Problem to work on — Among the records that follow, find each line holding the word "more" and copy it.

Data excerpts —

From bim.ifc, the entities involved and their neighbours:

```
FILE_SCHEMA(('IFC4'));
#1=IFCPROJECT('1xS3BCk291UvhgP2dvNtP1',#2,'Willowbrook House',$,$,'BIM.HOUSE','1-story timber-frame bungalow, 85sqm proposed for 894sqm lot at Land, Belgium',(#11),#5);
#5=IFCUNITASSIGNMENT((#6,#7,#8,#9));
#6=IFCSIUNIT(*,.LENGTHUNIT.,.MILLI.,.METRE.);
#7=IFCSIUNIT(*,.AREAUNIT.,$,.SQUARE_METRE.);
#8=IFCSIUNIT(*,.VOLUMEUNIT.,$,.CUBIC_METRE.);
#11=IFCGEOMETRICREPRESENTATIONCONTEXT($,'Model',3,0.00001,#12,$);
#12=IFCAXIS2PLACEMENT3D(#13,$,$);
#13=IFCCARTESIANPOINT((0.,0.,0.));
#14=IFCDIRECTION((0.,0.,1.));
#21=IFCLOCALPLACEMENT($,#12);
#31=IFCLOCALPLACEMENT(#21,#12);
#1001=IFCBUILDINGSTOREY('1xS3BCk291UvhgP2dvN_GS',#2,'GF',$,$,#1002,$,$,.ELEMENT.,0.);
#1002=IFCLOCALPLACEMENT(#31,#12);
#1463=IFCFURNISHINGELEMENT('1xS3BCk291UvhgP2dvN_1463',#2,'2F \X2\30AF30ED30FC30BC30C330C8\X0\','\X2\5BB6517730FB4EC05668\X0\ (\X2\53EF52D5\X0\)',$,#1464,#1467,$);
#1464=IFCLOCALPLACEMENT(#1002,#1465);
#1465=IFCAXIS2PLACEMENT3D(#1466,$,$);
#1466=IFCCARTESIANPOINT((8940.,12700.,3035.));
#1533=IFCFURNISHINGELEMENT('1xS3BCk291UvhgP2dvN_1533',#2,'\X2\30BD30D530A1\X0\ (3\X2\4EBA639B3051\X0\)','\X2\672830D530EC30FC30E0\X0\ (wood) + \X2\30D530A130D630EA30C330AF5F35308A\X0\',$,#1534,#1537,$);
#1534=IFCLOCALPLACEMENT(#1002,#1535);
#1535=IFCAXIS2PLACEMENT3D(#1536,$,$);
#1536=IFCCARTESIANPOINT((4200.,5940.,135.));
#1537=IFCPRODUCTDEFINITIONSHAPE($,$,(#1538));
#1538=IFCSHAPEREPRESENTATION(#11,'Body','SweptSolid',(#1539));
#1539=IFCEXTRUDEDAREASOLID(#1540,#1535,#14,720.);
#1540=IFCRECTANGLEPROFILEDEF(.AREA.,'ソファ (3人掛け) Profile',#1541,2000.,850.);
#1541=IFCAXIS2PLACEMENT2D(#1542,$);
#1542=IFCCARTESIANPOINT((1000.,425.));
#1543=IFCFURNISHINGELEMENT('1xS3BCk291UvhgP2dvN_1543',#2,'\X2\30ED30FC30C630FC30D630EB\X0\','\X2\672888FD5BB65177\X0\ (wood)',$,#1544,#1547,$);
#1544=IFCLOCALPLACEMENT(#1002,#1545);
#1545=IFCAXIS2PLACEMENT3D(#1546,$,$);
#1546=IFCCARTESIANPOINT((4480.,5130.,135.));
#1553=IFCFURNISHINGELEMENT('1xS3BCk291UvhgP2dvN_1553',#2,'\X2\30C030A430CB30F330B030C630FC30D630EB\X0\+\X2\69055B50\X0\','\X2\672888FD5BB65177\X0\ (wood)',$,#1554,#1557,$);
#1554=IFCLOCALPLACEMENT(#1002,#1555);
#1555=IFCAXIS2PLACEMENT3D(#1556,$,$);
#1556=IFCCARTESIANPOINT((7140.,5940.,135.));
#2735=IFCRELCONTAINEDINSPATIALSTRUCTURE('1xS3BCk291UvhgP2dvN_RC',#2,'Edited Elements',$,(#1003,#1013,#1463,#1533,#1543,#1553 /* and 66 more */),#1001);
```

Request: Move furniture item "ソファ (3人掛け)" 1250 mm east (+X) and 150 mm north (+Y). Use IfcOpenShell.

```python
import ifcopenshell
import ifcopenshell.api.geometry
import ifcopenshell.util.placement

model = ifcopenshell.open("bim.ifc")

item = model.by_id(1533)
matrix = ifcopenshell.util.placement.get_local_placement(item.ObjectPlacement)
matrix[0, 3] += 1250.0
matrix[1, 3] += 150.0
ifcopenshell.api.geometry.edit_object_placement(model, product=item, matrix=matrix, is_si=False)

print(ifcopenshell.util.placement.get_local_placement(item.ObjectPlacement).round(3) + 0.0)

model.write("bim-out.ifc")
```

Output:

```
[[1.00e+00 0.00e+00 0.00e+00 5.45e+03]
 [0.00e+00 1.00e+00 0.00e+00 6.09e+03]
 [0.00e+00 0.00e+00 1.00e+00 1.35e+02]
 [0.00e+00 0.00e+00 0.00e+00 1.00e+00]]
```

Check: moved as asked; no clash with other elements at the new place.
==
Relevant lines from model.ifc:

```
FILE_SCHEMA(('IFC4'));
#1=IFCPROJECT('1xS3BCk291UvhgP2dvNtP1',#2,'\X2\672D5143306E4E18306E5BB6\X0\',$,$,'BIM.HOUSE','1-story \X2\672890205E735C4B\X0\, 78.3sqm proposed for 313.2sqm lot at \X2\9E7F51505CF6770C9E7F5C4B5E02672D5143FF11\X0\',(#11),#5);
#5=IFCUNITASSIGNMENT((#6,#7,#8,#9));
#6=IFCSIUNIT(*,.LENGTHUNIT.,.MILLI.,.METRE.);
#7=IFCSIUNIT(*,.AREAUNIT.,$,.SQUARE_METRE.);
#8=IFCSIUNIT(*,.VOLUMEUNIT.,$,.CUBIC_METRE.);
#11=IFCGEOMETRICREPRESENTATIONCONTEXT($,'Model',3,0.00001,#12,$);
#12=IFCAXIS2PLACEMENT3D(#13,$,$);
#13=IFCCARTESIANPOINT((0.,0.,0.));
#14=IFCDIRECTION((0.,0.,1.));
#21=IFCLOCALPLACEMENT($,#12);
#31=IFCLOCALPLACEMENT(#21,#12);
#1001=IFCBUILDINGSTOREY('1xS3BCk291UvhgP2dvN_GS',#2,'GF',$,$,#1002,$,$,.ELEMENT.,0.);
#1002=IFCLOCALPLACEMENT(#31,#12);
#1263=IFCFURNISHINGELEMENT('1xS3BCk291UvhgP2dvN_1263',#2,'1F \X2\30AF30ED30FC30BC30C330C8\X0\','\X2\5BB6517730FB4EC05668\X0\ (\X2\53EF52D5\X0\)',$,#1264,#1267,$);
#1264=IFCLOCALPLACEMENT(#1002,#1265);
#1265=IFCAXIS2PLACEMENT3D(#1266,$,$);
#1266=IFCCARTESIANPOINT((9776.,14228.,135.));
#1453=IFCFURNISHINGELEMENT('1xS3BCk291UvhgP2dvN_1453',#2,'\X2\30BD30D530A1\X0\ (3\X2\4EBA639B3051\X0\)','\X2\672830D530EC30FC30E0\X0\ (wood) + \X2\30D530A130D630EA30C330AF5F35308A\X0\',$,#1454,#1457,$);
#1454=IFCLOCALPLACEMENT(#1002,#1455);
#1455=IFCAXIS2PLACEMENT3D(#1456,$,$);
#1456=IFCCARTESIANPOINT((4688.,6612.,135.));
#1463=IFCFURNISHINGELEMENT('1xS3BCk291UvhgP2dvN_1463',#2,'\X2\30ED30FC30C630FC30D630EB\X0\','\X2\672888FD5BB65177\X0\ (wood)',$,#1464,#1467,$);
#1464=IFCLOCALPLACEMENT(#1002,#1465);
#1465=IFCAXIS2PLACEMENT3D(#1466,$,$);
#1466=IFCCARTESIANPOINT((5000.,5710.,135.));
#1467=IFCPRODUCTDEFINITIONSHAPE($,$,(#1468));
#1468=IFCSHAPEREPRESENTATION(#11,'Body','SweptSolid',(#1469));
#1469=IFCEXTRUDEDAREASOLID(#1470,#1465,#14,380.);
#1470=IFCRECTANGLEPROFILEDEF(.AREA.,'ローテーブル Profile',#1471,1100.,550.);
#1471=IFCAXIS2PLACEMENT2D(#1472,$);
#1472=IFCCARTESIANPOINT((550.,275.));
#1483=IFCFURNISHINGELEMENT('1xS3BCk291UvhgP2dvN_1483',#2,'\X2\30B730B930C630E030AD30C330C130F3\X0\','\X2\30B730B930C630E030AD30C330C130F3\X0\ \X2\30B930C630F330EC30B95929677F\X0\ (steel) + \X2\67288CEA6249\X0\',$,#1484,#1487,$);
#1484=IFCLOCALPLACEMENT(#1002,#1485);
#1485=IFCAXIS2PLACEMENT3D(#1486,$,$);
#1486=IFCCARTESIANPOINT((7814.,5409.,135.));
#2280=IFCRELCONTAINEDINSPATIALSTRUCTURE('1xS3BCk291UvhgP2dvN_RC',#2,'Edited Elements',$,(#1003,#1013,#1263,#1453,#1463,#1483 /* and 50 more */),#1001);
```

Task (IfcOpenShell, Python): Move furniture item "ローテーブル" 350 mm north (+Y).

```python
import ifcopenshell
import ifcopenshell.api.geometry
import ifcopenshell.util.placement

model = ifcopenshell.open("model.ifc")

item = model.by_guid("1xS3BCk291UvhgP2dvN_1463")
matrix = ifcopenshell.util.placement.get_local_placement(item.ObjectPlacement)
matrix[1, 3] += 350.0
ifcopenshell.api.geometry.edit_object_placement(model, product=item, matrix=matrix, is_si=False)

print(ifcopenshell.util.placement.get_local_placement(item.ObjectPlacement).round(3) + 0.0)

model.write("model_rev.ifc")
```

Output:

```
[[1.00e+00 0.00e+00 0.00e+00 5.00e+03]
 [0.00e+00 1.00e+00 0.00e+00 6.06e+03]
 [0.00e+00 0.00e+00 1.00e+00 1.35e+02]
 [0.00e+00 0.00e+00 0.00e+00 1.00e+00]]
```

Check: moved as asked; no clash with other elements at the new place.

Answer to the problem —
#2735=IFCRELCONTAINEDINSPATIALSTRUCTURE('1xS3BCk291UvhgP2dvN_RC',#2,'Edited Elements',$,(#1003,#1013,#1463,#1533,#1543,#1553 /* and 66 more */),#1001);
#2280=IFCRELCONTAINEDINSPATIALSTRUCTURE('1xS3BCk291UvhgP2dvN_RC',#2,'Edited Elements',$,(#1003,#1013,#1263,#1453,#1463,#1483 /* and 50 more */),#1001);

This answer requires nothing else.